The output of the queries is shown below. As you can see, first three are similar to the MySQL/Prevayler/JGraphT version described in my earlier posts. The last one is a dump of a named node, may be useful if we want to build a browsing tool.

 1
 2
 3
 4
 5
 6
 7
 8
 9
10
11
12
13
14
15
16
17
18
19
20
21
22
23
24
25
query> where is LoireRegion?
FrenchRegion

query> what regions are in USRegion?
TexasRegion
CaliforniaRegion

query> what are Sweet wines?
WhitehallLanePrimavera
SchlossVolradTrochenbierenausleseRiesling
SchlossRothermelTrochenbierenausleseRiesling

query> show neighbors for SchlossVolradTrochenbierenausleseRiesling?
--- HAS_BODY ---
Full
--- HAS_FLAVOR ---
Moderate
--- HAS_MAKER ---
SchlossVolrad
--- HAS_SUGAR ---
Sweet
--- IS_INSTANCE_OF ---
SweetRiesling
--- LOCATED_IN ---
GermanyRegion

I have barely scratched the surface of the Jena API with this, but I think I have exercised quite a bit of the Neo4J API, and I was quite impressed with the latter.
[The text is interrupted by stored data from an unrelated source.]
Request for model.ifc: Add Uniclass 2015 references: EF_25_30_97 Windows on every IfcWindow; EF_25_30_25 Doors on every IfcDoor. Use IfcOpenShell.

First a look at what the model holds.

```python
import ifcopenshell

model = ifcopenshell.open("model.ifc")
print(model.schema)
print("classifications:", [c.Name for c in model.by_type("IfcClassification")])
for ifc_class in ("IfcDoor", "IfcRoof", "IfcStair", "IfcWall", "IfcWindow"):
    print(ifc_class, len(model.by_type(ifc_class)))
```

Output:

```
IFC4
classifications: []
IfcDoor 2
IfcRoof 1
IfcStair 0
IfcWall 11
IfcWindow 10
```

```python
import ifcopenshell
import ifcopenshell.api.classification

model = ifcopenshell.open("model.ifc")

system = ifcopenshell.api.classification.add_classification(model, classification="Uniclass 2015")

codes = {
    "IfcWindow": ("EF_25_30_97", "Windows"),
    "IfcDoor": ("EF_25_30_25", "Doors"),
}
for ifc_class, (code, name) in codes.items():
    products = model.by_type(ifc_class)
    ifcopenshell.api.classification.add_reference(
        model, products=products, classification=system, identification=code, name=name
    )
    print(code, len(products))

model.write("model_rev.ifc")
```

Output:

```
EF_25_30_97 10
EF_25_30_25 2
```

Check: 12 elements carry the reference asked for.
One thing I would have liked to have is support for weighted relationships in the Traverser mechanism, so I could sort the relationships by weight, in case of multiple relationships.

My dataset is too small for me to form any opinion about performance and stability, but now that I am familiar with the API, I plan to use Neo4J to hold a (much) larger dataset to see how it compares against our current architecture of RDBMS and serialized graph.